Pulls into Wolverhampton about 15 down (other half late from Wrexham).
Meanwhile in plain view of everybody the LM stopper is let go from P5.
It just added another 10 minutes to our arrival time into New St as we drifted behind on single yellows all the way.
Difficult to see the reasoning behind this move.
I thought the rule was "minimise overall delay".
In this case, overall delay probably was minimised. The stopper to New St was already 5 late, so any further delay would have reacted even more on the Liverpool - Brum and Glasgow Brum which follow it.
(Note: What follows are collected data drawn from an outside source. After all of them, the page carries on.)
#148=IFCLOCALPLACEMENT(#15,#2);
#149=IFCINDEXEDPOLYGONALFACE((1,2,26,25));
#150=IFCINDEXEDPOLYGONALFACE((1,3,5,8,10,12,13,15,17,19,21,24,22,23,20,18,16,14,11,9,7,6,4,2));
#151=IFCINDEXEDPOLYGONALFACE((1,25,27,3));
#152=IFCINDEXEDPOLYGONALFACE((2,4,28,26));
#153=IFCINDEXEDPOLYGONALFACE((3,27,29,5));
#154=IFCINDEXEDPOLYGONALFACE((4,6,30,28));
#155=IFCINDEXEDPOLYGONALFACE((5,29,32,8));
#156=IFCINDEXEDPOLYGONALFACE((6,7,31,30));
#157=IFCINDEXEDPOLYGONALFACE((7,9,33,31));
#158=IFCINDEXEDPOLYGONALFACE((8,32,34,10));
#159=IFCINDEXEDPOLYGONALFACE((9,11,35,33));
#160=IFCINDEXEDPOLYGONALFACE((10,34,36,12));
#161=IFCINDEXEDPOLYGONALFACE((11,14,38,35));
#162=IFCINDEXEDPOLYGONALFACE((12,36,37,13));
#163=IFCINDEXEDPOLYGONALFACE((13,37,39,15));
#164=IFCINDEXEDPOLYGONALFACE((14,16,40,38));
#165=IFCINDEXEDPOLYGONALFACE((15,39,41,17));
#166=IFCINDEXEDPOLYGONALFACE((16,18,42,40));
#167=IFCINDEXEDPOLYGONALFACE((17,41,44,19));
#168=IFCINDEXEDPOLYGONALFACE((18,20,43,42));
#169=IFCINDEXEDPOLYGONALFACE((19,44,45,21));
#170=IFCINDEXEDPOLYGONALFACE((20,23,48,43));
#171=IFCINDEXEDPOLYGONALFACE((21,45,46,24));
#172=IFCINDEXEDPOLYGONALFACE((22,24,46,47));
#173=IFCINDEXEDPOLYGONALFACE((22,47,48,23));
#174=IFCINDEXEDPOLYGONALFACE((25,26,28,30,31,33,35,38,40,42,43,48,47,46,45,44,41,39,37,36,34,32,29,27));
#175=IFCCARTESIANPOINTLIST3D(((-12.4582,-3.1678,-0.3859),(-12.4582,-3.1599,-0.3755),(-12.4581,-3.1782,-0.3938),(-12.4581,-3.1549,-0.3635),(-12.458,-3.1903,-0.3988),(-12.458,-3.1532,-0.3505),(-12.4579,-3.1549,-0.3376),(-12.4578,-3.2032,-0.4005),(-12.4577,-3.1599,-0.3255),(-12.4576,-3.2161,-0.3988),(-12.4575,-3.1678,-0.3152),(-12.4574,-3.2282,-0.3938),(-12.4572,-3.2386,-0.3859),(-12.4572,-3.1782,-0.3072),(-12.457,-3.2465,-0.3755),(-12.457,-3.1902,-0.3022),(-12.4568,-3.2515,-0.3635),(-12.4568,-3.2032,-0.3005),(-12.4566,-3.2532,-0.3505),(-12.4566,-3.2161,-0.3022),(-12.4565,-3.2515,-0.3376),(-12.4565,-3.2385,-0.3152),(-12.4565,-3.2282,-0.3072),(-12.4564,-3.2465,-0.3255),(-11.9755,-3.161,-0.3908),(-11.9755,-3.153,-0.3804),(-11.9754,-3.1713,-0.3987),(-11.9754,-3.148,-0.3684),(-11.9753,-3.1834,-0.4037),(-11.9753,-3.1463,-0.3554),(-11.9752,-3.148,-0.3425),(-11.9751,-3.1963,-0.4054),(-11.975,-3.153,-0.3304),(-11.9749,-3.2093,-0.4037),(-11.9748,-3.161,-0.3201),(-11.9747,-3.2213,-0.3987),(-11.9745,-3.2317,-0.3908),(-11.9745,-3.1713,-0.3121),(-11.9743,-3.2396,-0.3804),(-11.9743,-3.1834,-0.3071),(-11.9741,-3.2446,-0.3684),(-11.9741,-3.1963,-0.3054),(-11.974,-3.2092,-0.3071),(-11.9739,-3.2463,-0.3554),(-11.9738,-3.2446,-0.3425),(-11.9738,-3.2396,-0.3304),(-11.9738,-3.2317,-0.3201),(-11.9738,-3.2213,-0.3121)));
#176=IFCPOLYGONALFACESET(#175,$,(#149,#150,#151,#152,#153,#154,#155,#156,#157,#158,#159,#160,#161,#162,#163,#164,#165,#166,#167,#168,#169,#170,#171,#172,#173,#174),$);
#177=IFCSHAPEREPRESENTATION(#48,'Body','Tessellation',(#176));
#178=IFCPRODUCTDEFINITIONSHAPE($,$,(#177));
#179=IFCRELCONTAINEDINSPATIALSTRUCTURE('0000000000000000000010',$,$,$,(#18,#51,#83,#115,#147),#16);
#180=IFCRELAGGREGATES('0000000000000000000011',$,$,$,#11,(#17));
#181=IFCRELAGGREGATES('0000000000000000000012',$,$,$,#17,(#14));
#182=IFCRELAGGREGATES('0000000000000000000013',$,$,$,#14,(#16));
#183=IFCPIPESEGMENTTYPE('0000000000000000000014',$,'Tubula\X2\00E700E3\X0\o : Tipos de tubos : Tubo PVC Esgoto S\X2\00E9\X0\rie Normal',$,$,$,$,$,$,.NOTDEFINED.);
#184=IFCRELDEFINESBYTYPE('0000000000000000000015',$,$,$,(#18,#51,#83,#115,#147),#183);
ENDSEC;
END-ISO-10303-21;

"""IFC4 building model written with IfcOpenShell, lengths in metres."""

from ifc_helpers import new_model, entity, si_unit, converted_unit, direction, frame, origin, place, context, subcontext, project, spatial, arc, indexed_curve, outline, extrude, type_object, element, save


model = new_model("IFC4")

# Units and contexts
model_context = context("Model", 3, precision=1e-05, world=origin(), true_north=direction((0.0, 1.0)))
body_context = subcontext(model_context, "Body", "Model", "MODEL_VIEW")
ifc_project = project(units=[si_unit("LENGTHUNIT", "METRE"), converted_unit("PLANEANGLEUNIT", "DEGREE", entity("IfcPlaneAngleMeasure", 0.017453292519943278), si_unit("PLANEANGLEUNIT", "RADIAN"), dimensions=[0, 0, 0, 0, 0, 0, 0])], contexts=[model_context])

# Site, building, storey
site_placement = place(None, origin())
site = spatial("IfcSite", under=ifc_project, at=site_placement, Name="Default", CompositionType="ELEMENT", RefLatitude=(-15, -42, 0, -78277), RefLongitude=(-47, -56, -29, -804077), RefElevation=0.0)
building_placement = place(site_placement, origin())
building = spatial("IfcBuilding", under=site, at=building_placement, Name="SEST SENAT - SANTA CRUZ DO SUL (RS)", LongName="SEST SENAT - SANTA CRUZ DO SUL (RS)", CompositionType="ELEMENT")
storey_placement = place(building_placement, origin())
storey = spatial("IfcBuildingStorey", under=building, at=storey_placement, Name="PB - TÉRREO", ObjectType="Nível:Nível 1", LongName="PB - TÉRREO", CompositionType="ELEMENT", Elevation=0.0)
The first rule of regulation is indeed minimise overall delay, though there are regulation policies applying to specific circumstances.
--- old post above --- --- new post below ---
Minor rant #2 of 3 for today.

At various points during the day there is this kind of scenario:

1. train from south west to Manchester (or wherever) due to arrive BPW 1808 dep 1809
2. train from Paddington to south Wales due to arrive BPW at 1806, due to dep at 1808 once the cross-country train has faffed its way across the mainline from Temple Meads

Today, the train from the South West was held outside BPW because the 1801 (ex south Wales) to Paddington was late arriving and didn't leave till 1809. The Paddington to Swansea train arrived at 1805 but didn't leave until 1812 because we had to wait for the delayed train to Paddington to leave, then for the cross-country train to faff its way into BPW.

Putting aside debates about whether timetabling should be more streamlined, or whether BPW needs further work, why wasn't the Paddington to south Wales train allowed to leave on time - it would have been well clear of the junction with the lines to Temple Meads before the train heading to Paddington was out of the platform. Seems bizarre, especially given that one's a main line from London and the other's a turtuously slow meander through the countryside. Is it worth giving formal constructive feedback to anyone, and if so, to whom?
The chances are the XC was allowed up to the signal between the junction and the platform, so the back of it would have been foul of the junction, preventing the down HST leaving. If the up Hst was delayed at Parkway, then this delay to the up HST could not have been foreseen.